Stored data
○ ○ ○

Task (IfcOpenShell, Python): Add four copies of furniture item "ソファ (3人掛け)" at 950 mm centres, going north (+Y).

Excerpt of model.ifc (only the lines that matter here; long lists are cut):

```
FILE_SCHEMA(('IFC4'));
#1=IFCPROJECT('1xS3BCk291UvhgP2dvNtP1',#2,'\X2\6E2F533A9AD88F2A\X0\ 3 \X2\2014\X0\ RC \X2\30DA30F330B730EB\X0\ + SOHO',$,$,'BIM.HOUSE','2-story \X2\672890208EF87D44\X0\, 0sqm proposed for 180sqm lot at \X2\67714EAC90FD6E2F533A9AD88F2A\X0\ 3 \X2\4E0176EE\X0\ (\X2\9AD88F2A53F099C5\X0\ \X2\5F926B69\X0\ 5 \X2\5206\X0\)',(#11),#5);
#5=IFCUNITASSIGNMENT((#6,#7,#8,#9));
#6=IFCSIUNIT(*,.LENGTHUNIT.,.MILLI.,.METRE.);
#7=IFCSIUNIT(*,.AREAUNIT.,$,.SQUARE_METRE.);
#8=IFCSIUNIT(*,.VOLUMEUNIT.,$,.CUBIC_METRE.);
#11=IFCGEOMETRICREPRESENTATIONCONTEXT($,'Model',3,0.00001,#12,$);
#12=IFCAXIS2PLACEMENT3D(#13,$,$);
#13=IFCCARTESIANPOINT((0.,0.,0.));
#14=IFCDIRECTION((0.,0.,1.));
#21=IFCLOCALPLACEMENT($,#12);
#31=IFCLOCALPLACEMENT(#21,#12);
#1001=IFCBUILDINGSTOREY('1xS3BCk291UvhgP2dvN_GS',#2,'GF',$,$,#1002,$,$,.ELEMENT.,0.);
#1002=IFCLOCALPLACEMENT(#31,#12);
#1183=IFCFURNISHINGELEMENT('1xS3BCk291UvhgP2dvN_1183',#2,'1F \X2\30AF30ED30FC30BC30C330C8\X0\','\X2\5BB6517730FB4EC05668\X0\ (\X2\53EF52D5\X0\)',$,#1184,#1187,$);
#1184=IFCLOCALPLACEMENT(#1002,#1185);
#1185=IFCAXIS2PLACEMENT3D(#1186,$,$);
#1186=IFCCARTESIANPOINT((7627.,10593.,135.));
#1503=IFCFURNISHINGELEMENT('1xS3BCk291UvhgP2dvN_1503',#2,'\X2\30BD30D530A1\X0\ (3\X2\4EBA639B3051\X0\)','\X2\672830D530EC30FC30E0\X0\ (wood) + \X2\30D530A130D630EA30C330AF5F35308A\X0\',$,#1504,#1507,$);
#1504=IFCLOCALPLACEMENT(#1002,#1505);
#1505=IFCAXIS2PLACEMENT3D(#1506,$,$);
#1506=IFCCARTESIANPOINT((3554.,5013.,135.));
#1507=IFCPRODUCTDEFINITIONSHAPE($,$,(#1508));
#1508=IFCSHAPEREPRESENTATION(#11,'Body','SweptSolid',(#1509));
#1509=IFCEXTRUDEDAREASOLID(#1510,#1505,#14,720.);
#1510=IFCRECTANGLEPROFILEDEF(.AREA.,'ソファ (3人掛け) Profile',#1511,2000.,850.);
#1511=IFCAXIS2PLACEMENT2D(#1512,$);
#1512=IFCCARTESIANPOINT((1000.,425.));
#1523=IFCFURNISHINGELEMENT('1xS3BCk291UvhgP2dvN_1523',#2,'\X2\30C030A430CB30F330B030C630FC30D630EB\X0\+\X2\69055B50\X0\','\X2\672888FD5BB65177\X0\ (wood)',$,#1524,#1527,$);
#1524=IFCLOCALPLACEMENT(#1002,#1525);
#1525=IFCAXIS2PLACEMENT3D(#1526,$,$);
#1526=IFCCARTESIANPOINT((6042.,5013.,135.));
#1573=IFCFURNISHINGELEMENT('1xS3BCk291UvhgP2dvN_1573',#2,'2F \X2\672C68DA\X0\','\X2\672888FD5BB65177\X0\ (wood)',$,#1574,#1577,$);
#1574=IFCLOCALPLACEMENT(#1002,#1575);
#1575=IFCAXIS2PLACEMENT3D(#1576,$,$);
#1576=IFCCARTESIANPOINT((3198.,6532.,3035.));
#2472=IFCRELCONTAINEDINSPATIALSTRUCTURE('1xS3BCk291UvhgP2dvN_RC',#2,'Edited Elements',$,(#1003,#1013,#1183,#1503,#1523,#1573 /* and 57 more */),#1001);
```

```python
import numpy as np
import ifcopenshell
import ifcopenshell.api.geometry
import ifcopenshell.api.root
import ifcopenshell.util.element
import ifcopenshell.util.placement

model = ifcopenshell.open("model.ifc")


def reuse_history(source, copy):
    """copy_class also copies each property set's owner history, people and application; keep the originals."""
    for rel in copy.IsDefinedBy:
        if rel.is_a("IfcRelDefinesByProperties") and (history := rel.RelatingPropertyDefinition.OwnerHistory):
            rel.RelatingPropertyDefinition.OwnerHistory = source.OwnerHistory
            ifcopenshell.util.element.remove_deep2(model, history)


source = model.by_id(1503)
base = ifcopenshell.util.placement.get_local_placement(source.ObjectPlacement)
step = np.array([0.0, 1.0, 0.0]) * 950.0

for i in range(1, 5):
    copy = ifcopenshell.api.root.copy_class(model, product=source)
    copy.Representation = ifcopenshell.util.element.copy_deep(
        model, source.Representation, exclude=["IfcGeometricRepresentationContext", "IfcRepresentationMap"]
    )
    reuse_history(source, copy)
    matrix = base.copy()
    matrix[:3, 3] += i * step
    print("added at", matrix[:3, 3].round(3) + 0.0)
    ifcopenshell.api.geometry.edit_object_placement(model, product=copy, matrix=matrix, is_si=False)

model.write("model-out.ifc")
```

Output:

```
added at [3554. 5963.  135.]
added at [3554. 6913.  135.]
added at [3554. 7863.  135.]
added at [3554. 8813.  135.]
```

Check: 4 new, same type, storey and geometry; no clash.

○ ○ ○

Problem to solve. Looking at the records above, which lines contain "IFCCARTESIANPOINT"? Copy those lines.

Exercise answer.
#13=IFCCARTESIANPOINT((0.,0.,0.));
#1186=IFCCARTESIANPOINT((7627.,10593.,135.));
#1506=IFCCARTESIANPOINT((3554.,5013.,135.));
#1512=IFCCARTESIANPOINT((1000.,425.));
#1526=IFCCARTESIANPOINT((6042.,5013.,135.));
#1576=IFCCARTESIANPOINT((3198.,6532.,3035.));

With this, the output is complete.